What the task asks
In the entries below, find every line with the string "NOTDEFINED" and copy it.

Provided entries
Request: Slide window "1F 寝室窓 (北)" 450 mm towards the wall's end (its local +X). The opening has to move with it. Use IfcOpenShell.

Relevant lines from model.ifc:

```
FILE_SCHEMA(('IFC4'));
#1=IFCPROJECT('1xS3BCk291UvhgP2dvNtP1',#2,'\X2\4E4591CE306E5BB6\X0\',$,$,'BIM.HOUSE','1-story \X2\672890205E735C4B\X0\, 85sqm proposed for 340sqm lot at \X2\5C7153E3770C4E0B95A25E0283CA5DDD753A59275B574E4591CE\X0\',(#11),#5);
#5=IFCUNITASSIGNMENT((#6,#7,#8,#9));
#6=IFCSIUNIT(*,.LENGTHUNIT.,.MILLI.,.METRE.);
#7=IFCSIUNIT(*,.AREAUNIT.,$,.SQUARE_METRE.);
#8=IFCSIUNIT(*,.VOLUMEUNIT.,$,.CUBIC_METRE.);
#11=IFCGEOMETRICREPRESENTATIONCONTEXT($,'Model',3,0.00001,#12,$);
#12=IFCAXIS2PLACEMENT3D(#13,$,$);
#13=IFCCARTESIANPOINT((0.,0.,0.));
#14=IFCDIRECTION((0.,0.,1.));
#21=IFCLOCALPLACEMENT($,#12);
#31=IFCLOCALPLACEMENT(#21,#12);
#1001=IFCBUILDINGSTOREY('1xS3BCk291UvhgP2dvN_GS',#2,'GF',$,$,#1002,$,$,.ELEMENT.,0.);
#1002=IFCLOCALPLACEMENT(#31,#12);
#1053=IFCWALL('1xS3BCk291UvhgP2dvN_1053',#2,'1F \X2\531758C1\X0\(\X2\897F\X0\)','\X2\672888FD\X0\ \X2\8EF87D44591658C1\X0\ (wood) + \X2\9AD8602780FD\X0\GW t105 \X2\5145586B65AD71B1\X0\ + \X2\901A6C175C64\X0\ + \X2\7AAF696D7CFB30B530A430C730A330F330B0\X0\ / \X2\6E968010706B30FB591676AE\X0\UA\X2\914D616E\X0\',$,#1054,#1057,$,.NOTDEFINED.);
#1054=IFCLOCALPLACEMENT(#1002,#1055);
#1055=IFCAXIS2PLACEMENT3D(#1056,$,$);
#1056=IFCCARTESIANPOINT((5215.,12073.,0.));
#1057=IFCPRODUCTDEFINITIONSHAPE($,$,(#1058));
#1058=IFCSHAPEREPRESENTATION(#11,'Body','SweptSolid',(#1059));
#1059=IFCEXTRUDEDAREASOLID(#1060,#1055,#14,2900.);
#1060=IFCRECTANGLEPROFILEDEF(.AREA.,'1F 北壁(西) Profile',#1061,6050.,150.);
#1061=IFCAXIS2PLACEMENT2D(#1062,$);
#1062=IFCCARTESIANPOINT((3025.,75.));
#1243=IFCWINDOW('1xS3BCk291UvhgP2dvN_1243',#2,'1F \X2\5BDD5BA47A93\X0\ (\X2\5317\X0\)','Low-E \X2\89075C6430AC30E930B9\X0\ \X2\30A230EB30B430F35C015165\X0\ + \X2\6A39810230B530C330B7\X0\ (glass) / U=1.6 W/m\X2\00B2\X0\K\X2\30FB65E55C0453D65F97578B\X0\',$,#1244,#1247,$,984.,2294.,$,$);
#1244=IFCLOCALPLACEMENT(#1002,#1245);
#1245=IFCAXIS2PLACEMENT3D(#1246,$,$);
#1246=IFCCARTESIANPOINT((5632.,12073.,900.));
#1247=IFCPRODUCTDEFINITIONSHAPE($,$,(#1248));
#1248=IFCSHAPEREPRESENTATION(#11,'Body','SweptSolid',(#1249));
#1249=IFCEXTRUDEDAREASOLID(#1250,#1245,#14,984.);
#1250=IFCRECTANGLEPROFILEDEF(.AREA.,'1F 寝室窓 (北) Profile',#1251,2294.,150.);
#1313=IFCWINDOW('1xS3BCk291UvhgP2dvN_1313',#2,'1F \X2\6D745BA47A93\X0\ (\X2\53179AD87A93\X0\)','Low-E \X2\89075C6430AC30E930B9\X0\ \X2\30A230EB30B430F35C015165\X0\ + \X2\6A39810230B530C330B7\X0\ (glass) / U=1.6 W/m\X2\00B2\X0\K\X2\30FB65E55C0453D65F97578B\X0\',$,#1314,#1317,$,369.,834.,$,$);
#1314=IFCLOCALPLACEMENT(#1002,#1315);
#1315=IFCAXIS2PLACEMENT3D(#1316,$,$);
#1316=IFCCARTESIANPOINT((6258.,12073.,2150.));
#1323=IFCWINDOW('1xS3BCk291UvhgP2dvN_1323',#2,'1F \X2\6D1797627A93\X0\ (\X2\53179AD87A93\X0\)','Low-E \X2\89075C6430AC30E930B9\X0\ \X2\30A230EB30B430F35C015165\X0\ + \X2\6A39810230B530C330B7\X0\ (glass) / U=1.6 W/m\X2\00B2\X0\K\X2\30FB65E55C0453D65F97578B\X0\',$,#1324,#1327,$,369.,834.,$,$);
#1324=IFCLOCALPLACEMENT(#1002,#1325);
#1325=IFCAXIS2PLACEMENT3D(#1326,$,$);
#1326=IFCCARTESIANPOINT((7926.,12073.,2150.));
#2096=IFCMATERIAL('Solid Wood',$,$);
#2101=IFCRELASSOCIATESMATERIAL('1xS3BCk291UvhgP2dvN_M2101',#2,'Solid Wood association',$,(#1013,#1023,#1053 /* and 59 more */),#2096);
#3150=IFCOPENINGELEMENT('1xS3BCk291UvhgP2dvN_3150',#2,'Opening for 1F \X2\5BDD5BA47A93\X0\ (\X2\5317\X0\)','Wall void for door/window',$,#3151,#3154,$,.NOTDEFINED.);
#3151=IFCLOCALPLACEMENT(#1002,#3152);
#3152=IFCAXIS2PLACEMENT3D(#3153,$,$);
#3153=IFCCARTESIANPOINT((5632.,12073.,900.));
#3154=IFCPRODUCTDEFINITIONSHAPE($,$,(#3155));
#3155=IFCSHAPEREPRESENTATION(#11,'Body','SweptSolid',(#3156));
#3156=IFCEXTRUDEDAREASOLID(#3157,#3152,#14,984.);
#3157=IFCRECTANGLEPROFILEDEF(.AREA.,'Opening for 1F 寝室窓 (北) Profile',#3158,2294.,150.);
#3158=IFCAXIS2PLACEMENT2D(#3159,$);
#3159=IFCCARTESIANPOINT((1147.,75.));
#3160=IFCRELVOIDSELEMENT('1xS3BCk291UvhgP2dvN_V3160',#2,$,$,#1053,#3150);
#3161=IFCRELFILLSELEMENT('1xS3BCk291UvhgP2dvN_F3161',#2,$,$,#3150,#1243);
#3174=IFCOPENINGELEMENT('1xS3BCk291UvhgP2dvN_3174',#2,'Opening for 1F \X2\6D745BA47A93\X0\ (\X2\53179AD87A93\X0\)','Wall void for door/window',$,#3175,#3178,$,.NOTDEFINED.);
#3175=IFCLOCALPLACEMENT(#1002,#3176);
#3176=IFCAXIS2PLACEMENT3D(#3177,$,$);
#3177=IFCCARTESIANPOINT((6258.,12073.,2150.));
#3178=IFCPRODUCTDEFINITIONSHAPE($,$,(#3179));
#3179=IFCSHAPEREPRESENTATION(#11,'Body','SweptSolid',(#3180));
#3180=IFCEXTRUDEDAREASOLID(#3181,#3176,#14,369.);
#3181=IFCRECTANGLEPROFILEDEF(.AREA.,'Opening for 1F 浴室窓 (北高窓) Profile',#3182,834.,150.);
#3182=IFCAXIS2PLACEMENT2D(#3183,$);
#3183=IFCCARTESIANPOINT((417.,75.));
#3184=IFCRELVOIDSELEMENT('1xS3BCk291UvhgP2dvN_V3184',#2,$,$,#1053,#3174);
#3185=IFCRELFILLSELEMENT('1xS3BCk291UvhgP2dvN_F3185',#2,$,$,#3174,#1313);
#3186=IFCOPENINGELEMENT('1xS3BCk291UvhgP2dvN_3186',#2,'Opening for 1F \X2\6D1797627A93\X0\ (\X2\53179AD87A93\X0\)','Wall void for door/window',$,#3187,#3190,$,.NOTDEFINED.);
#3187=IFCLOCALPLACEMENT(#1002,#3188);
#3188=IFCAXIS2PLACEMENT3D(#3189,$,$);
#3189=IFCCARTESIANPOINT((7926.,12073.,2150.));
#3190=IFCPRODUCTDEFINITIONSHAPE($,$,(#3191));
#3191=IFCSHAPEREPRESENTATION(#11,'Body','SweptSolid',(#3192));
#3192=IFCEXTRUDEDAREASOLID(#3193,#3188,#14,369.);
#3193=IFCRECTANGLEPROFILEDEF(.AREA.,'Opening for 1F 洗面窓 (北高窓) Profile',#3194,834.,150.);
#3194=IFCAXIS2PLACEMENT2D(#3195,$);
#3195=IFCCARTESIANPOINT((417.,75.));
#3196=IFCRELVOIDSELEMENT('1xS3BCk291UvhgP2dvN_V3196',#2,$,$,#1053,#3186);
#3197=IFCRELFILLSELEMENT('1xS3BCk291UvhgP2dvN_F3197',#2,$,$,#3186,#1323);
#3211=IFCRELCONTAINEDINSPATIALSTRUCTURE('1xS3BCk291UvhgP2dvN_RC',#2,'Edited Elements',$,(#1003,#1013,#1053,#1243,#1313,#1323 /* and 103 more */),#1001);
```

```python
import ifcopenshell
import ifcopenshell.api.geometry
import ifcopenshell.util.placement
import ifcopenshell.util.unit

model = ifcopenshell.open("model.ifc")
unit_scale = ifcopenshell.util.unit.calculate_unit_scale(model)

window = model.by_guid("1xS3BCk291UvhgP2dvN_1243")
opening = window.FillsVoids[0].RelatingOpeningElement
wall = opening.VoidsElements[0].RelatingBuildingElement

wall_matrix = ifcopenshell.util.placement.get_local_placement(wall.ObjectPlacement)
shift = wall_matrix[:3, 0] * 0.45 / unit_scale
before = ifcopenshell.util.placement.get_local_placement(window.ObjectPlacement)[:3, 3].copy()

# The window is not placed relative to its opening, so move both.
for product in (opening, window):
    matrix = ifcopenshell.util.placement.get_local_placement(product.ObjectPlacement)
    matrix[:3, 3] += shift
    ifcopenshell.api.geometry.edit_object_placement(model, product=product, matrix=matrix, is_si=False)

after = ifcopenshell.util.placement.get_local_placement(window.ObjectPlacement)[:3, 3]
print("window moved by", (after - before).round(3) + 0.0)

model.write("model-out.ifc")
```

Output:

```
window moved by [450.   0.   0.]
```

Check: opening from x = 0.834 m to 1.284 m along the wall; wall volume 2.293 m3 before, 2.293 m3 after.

Response
#1053=IFCWALL('1xS3BCk291UvhgP2dvN_1053',#2,'1F \X2\531758C1\X0\(\X2\897F\X0\)','\X2\672888FD\X0\ \X2\8EF87D44591658C1\X0\ (wood) + \X2\9AD8602780FD\X0\GW t105 \X2\5145586B65AD71B1\X0\ + \X2\901A6C175C64\X0\ + \X2\7AAF696D7CFB30B530A430C730A330F330B0\X0\ / \X2\6E968010706B30FB591676AE\X0\UA\X2\914D616E\X0\',$,#1054,#1057,$,.NOTDEFINED.);
#3150=IFCOPENINGELEMENT('1xS3BCk291UvhgP2dvN_3150',#2,'Opening for 1F \X2\5BDD5BA47A93\X0\ (\X2\5317\X0\)','Wall void for door/window',$,#3151,#3154,$,.NOTDEFINED.);
#3174=IFCOPENINGELEMENT('1xS3BCk291UvhgP2dvN_3174',#2,'Opening for 1F \X2\6D745BA47A93\X0\ (\X2\53179AD87A93\X0\)','Wall void for door/window',$,#3175,#3178,$,.NOTDEFINED.);
#3186=IFCOPENINGELEMENT('1xS3BCk291UvhgP2dvN_3186',#2,'Opening for 1F \X2\6D1797627A93\X0\ (\X2\53179AD87A93\X0\)','Wall void for door/window',$,#3187,#3190,$,.NOTDEFINED.);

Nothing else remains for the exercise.